#### [INSTRUCTIONS FOR THE TASK]
Each line below with the word "FlangeThickness" needs to be copied.

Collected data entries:

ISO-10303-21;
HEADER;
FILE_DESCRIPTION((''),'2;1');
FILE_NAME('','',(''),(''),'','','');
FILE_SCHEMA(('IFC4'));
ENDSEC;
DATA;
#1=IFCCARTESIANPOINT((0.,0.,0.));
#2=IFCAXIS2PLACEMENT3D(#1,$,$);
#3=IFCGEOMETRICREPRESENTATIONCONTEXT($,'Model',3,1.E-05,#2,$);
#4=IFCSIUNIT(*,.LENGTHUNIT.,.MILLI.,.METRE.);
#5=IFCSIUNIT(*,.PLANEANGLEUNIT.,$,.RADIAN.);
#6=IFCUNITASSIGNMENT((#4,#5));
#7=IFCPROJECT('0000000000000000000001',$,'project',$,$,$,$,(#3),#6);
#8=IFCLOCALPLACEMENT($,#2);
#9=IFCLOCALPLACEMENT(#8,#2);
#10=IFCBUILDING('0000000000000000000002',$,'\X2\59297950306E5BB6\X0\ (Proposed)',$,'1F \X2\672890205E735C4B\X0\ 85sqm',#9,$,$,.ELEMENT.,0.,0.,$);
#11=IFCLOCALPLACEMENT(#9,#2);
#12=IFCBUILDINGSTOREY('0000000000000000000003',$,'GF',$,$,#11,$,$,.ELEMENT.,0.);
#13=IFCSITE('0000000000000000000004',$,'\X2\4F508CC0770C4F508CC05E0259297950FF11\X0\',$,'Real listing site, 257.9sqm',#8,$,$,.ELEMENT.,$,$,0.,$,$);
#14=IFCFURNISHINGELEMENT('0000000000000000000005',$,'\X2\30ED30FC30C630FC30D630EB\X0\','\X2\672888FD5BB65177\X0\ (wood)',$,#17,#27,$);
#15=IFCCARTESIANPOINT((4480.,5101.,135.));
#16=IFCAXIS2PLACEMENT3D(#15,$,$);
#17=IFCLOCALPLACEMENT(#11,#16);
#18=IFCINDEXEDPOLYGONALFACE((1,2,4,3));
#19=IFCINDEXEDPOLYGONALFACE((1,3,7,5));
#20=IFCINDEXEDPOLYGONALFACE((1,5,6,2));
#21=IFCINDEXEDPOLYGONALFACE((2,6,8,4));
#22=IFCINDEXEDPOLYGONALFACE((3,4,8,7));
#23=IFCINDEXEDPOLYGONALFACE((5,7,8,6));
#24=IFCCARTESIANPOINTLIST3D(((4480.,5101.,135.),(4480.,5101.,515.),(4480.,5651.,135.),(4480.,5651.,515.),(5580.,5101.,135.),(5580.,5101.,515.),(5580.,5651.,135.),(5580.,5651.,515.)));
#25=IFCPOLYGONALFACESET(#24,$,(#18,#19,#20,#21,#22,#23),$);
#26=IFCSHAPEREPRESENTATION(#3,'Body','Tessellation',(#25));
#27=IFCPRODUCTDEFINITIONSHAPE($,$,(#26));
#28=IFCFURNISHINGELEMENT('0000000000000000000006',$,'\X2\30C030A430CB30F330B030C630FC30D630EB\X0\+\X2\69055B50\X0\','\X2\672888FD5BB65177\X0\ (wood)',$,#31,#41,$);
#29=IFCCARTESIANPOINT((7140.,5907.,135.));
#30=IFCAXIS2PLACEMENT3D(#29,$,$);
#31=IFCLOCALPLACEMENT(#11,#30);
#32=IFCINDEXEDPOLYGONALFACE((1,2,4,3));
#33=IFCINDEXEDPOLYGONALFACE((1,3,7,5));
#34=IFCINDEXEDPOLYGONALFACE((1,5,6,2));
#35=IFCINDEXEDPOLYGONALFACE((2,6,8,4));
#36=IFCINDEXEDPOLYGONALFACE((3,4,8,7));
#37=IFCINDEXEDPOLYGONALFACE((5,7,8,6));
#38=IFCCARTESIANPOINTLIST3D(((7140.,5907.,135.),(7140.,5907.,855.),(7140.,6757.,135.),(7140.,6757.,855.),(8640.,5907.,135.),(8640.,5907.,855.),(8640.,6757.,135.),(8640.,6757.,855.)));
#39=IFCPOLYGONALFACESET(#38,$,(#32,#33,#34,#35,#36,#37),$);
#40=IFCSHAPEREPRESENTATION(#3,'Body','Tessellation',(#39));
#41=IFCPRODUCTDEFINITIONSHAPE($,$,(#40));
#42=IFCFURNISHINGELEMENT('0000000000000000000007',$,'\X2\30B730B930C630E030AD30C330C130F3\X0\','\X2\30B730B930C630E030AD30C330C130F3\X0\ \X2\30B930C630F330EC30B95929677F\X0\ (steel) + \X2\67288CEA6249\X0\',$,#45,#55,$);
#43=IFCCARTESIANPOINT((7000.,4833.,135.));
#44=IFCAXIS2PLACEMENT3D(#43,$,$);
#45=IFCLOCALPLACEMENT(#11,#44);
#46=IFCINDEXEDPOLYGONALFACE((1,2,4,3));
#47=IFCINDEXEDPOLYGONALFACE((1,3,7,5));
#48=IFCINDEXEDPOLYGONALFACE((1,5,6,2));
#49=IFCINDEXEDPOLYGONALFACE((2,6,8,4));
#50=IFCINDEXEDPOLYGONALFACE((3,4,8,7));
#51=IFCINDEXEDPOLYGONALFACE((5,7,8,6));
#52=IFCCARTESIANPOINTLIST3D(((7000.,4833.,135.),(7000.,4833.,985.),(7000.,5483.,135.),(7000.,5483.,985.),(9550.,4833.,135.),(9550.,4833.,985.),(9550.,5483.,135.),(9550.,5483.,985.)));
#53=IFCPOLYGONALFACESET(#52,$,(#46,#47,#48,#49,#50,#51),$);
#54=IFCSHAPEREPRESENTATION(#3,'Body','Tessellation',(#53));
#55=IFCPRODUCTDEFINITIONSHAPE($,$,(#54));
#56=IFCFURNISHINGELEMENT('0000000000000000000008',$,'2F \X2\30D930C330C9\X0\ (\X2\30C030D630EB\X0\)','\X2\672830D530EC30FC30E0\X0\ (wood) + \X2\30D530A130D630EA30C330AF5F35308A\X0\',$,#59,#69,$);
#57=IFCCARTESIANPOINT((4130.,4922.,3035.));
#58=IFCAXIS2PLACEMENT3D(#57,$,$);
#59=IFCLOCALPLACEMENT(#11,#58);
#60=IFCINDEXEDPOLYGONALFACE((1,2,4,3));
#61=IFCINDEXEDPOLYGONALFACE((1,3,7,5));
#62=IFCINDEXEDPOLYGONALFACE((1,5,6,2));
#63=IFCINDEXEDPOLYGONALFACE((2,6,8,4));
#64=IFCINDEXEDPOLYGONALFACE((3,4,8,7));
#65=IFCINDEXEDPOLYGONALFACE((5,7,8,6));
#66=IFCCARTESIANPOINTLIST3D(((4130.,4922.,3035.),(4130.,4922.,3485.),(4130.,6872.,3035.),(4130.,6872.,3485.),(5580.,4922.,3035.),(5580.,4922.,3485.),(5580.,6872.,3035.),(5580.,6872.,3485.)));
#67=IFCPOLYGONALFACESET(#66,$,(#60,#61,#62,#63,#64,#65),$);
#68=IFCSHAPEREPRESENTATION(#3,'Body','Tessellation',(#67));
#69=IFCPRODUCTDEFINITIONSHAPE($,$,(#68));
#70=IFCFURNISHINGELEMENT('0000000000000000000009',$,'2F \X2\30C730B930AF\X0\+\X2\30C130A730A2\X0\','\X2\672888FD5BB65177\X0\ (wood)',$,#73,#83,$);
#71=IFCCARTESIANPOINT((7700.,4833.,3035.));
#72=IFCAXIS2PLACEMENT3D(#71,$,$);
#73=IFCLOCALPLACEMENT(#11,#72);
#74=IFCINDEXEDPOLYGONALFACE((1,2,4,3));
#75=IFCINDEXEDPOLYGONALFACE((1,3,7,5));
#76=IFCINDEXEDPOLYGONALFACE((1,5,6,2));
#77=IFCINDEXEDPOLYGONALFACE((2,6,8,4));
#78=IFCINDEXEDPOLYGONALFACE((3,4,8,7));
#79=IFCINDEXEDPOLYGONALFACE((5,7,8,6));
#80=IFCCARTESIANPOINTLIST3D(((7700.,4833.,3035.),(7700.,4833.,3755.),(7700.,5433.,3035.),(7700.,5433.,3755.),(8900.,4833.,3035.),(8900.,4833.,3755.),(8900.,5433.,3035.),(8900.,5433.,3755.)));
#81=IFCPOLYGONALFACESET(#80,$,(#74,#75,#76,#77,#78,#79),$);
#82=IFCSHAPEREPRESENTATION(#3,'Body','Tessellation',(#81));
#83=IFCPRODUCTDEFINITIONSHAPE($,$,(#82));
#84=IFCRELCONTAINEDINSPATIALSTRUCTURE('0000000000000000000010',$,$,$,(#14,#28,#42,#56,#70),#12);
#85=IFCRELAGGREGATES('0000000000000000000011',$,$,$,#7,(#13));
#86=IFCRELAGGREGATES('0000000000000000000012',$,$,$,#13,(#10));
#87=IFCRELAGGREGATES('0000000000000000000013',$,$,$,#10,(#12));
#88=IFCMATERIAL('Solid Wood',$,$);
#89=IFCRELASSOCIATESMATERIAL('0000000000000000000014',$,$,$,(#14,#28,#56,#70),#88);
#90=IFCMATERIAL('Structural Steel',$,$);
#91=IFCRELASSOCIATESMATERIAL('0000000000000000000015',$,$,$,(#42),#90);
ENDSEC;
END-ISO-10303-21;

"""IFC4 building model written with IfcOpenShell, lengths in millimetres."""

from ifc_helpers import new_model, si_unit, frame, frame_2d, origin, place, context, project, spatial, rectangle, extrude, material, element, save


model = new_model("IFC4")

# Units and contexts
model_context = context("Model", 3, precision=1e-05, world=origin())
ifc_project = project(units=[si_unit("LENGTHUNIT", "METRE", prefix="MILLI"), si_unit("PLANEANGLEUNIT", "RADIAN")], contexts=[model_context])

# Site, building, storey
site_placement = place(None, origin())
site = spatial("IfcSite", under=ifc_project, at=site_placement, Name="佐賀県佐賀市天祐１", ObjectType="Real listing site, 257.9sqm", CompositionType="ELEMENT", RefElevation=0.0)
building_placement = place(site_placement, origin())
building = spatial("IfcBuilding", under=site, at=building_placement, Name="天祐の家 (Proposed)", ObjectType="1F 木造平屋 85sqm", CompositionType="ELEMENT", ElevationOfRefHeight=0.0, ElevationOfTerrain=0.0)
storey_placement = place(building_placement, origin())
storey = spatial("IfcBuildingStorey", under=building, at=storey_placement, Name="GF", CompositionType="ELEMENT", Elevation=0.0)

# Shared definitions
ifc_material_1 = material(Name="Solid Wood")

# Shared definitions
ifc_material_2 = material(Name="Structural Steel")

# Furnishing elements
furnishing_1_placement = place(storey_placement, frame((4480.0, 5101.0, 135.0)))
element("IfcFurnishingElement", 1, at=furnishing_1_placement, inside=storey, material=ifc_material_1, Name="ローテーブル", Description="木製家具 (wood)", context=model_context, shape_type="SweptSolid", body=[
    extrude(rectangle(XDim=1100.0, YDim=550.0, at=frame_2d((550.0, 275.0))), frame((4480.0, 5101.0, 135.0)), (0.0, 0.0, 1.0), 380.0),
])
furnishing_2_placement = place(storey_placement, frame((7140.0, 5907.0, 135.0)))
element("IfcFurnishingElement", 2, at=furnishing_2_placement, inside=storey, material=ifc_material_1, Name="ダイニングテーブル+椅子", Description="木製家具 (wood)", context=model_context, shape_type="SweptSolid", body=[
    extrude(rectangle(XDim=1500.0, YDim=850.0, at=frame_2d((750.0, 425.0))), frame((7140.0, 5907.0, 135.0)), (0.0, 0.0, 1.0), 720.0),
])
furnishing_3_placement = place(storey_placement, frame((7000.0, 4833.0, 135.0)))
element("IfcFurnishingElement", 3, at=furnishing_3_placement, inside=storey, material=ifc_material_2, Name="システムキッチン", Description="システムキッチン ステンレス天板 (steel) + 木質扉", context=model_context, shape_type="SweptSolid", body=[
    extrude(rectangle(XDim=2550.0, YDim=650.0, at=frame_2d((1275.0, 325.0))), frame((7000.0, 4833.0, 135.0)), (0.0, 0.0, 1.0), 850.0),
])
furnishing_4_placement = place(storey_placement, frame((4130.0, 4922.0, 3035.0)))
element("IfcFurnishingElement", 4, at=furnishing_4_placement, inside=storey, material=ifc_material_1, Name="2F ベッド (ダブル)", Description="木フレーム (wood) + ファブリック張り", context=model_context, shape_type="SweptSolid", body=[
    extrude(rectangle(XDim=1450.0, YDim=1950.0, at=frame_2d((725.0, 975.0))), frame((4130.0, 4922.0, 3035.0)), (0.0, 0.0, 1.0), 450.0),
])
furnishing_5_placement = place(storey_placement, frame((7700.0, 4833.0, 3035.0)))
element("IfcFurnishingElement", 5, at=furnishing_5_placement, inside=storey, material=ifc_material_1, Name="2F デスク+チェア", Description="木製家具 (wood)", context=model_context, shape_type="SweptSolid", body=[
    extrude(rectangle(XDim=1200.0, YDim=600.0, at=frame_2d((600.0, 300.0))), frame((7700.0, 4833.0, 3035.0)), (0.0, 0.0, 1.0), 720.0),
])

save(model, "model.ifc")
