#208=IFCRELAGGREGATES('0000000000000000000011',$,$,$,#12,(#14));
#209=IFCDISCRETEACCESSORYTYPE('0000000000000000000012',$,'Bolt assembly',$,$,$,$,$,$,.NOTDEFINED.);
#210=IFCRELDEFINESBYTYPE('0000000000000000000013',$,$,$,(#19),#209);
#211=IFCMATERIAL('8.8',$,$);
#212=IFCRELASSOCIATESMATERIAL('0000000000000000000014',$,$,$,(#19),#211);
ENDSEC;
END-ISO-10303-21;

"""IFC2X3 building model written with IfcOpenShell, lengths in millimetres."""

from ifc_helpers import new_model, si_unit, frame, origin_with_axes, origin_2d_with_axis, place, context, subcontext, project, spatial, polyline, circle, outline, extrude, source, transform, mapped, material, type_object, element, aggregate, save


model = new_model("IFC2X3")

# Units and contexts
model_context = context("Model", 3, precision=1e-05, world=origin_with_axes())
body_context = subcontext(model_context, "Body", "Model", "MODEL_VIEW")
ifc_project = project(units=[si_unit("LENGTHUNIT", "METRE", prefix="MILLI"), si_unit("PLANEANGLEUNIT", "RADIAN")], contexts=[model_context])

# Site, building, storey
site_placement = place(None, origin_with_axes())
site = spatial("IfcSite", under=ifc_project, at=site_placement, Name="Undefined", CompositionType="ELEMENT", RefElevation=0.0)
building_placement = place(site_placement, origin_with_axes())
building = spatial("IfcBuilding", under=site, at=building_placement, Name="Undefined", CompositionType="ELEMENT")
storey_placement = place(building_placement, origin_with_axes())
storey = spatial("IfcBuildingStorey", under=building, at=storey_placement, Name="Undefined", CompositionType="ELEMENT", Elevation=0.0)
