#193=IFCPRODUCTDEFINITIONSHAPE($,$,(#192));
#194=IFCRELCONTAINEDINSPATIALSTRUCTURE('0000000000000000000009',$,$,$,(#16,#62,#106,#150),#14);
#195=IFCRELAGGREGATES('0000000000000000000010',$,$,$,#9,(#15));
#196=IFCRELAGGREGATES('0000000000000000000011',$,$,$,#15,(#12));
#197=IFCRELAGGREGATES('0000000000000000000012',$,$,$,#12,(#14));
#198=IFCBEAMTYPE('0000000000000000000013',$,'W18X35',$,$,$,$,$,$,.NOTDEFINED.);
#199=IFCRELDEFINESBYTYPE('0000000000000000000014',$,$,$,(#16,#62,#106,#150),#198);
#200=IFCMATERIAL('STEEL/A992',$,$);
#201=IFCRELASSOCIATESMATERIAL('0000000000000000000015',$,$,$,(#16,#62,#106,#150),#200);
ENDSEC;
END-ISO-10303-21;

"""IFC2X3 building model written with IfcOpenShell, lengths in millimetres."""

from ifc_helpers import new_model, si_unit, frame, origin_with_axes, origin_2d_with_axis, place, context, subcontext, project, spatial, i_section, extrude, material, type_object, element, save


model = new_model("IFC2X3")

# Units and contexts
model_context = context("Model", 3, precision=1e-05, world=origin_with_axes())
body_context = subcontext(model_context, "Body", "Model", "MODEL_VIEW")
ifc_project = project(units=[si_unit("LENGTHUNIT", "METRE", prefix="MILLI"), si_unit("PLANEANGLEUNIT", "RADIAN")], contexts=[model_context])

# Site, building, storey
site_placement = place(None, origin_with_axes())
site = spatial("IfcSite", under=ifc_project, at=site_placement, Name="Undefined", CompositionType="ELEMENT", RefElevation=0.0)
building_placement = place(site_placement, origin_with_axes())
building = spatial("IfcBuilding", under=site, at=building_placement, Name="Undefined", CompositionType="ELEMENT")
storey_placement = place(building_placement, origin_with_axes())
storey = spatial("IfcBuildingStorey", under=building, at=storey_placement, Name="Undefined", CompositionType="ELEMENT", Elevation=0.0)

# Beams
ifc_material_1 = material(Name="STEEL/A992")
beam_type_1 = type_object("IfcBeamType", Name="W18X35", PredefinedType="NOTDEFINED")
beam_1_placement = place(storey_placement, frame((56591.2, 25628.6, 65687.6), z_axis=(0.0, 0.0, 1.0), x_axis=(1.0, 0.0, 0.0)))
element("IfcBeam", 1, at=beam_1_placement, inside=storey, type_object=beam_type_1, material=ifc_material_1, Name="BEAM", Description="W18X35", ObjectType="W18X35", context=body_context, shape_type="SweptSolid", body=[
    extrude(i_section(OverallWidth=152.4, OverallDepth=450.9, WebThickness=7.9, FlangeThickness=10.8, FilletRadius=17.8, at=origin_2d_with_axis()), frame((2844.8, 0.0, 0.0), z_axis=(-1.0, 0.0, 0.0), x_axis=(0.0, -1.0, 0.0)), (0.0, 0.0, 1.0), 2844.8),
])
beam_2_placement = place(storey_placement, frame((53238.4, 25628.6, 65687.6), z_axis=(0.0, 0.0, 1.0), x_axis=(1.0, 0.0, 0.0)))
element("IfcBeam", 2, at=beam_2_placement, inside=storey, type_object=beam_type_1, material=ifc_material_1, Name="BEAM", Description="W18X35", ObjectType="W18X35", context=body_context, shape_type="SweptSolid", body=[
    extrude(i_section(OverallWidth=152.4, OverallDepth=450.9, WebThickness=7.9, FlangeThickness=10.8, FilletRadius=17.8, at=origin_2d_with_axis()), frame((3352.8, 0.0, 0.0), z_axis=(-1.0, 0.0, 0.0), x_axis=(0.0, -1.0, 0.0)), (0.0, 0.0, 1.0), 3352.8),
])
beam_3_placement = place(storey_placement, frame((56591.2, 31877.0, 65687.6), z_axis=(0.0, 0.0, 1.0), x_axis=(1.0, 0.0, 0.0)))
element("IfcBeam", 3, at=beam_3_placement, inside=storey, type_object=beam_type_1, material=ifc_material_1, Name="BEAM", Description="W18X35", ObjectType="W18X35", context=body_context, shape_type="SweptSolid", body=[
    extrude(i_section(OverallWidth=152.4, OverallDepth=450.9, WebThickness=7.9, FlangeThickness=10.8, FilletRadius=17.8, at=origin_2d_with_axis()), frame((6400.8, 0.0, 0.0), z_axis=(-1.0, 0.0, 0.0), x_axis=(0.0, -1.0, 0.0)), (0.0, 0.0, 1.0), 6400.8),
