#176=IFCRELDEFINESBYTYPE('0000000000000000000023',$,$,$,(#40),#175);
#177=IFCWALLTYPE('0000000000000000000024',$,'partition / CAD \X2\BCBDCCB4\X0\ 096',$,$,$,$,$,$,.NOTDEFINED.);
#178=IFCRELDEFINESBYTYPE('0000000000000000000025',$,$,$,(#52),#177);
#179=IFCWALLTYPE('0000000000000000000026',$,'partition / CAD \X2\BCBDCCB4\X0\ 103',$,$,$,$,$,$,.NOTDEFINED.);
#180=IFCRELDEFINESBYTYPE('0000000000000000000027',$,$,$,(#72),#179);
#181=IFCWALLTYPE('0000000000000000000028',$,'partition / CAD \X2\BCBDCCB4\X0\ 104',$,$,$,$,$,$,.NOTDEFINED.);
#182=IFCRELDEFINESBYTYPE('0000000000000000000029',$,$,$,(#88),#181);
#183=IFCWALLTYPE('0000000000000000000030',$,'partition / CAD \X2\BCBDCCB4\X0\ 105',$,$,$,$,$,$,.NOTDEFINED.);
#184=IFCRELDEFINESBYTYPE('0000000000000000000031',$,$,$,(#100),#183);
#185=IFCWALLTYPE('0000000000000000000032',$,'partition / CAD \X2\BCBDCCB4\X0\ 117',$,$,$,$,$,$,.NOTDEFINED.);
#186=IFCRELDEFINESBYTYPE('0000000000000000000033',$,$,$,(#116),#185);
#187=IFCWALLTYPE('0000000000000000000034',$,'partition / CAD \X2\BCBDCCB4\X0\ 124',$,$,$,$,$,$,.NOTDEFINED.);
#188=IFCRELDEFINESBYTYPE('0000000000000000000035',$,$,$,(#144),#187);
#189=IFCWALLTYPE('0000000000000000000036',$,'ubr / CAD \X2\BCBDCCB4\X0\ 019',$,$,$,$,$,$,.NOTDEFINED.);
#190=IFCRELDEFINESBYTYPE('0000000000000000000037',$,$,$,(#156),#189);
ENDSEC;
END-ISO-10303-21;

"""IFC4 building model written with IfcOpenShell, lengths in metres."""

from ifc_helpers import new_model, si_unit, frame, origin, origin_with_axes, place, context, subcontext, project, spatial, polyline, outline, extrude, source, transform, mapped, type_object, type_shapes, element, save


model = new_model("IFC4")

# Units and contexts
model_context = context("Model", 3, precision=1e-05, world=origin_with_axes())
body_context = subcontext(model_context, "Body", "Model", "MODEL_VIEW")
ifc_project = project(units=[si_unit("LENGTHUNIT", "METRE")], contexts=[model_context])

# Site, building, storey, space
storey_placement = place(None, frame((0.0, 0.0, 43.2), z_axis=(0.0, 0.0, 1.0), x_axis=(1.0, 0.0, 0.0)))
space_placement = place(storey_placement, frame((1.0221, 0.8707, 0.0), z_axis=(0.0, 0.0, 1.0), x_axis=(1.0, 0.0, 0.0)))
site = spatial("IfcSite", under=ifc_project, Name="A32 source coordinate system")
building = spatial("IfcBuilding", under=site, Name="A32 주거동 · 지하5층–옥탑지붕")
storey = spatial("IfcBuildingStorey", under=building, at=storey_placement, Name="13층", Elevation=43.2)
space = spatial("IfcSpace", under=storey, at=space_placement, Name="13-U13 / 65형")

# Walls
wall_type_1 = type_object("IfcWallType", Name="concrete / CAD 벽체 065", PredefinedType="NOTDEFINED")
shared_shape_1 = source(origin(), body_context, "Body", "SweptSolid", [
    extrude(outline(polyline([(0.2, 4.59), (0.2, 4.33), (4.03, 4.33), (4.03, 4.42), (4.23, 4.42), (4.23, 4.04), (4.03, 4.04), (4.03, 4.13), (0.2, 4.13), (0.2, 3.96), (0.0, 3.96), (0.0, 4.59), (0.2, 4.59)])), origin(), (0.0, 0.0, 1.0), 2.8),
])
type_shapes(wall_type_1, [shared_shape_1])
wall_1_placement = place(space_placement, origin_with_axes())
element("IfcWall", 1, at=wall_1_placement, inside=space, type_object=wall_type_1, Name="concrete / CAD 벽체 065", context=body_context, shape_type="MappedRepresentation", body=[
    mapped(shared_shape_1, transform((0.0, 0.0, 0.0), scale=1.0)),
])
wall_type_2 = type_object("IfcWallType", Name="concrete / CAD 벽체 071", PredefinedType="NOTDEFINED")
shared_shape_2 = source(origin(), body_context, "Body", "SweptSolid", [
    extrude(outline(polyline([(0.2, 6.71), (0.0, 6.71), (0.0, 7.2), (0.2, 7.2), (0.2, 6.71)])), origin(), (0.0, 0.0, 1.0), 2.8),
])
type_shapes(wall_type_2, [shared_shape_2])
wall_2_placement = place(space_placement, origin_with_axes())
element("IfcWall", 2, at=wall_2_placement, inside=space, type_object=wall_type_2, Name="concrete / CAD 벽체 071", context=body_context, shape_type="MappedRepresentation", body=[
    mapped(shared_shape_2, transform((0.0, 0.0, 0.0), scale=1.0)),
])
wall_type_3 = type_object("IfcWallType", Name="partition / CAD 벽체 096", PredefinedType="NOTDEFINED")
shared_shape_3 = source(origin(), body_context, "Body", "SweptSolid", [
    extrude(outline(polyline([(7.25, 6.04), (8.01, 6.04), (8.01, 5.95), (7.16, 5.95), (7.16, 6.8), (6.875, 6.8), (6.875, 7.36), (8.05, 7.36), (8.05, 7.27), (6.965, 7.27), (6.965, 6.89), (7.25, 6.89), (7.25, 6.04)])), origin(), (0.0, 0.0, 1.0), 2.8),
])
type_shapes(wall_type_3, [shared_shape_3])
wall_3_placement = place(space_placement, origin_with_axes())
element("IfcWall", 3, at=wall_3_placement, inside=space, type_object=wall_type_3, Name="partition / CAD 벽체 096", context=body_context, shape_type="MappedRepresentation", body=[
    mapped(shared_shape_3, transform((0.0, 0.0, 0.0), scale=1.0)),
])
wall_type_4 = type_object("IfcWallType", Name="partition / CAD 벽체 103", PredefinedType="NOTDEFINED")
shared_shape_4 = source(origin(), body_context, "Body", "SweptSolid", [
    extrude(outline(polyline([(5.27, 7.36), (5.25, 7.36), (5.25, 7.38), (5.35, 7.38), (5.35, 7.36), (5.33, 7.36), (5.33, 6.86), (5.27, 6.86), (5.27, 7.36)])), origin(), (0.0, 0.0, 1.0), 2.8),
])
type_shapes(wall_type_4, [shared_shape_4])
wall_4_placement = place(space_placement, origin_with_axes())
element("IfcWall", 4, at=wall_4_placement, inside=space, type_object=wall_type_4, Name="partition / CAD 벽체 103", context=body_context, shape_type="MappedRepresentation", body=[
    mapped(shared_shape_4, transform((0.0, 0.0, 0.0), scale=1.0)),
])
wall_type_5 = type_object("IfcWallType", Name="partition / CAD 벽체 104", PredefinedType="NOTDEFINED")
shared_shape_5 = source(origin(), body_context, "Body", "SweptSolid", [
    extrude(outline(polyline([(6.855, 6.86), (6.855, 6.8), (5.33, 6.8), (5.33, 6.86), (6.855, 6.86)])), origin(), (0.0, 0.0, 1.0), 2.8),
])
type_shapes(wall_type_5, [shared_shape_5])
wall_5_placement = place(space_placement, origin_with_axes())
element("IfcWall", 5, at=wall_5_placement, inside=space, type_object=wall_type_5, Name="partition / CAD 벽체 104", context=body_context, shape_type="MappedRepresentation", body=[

#### [FINISHED EXERCISE]
    extrude(i_section(OverallWidth=152.4, OverallDepth=450.9, WebThickness=7.9, FlangeThickness=10.8, FilletRadius=17.8, at=origin_2d_with_axis()), frame((2844.8, 0.0, 0.0), z_axis=(-1.0, 0.0, 0.0), x_axis=(0.0, -1.0, 0.0)), (0.0, 0.0, 1.0), 2844.8),
    extrude(i_section(OverallWidth=152.4, OverallDepth=450.9, WebThickness=7.9, FlangeThickness=10.8, FilletRadius=17.8, at=origin_2d_with_axis()), frame((3352.8, 0.0, 0.0), z_axis=(-1.0, 0.0, 0.0), x_axis=(0.0, -1.0, 0.0)), (0.0, 0.0, 1.0), 3352.8),
    extrude(i_section(OverallWidth=152.4, OverallDepth=450.9, WebThickness=7.9, FlangeThickness=10.8, FilletRadius=17.8, at=origin_2d_with_axis()), frame((6400.8, 0.0, 0.0), z_axis=(-1.0, 0.0, 0.0), x_axis=(0.0, -1.0, 0.0)), (0.0, 0.0, 1.0), 6400.8),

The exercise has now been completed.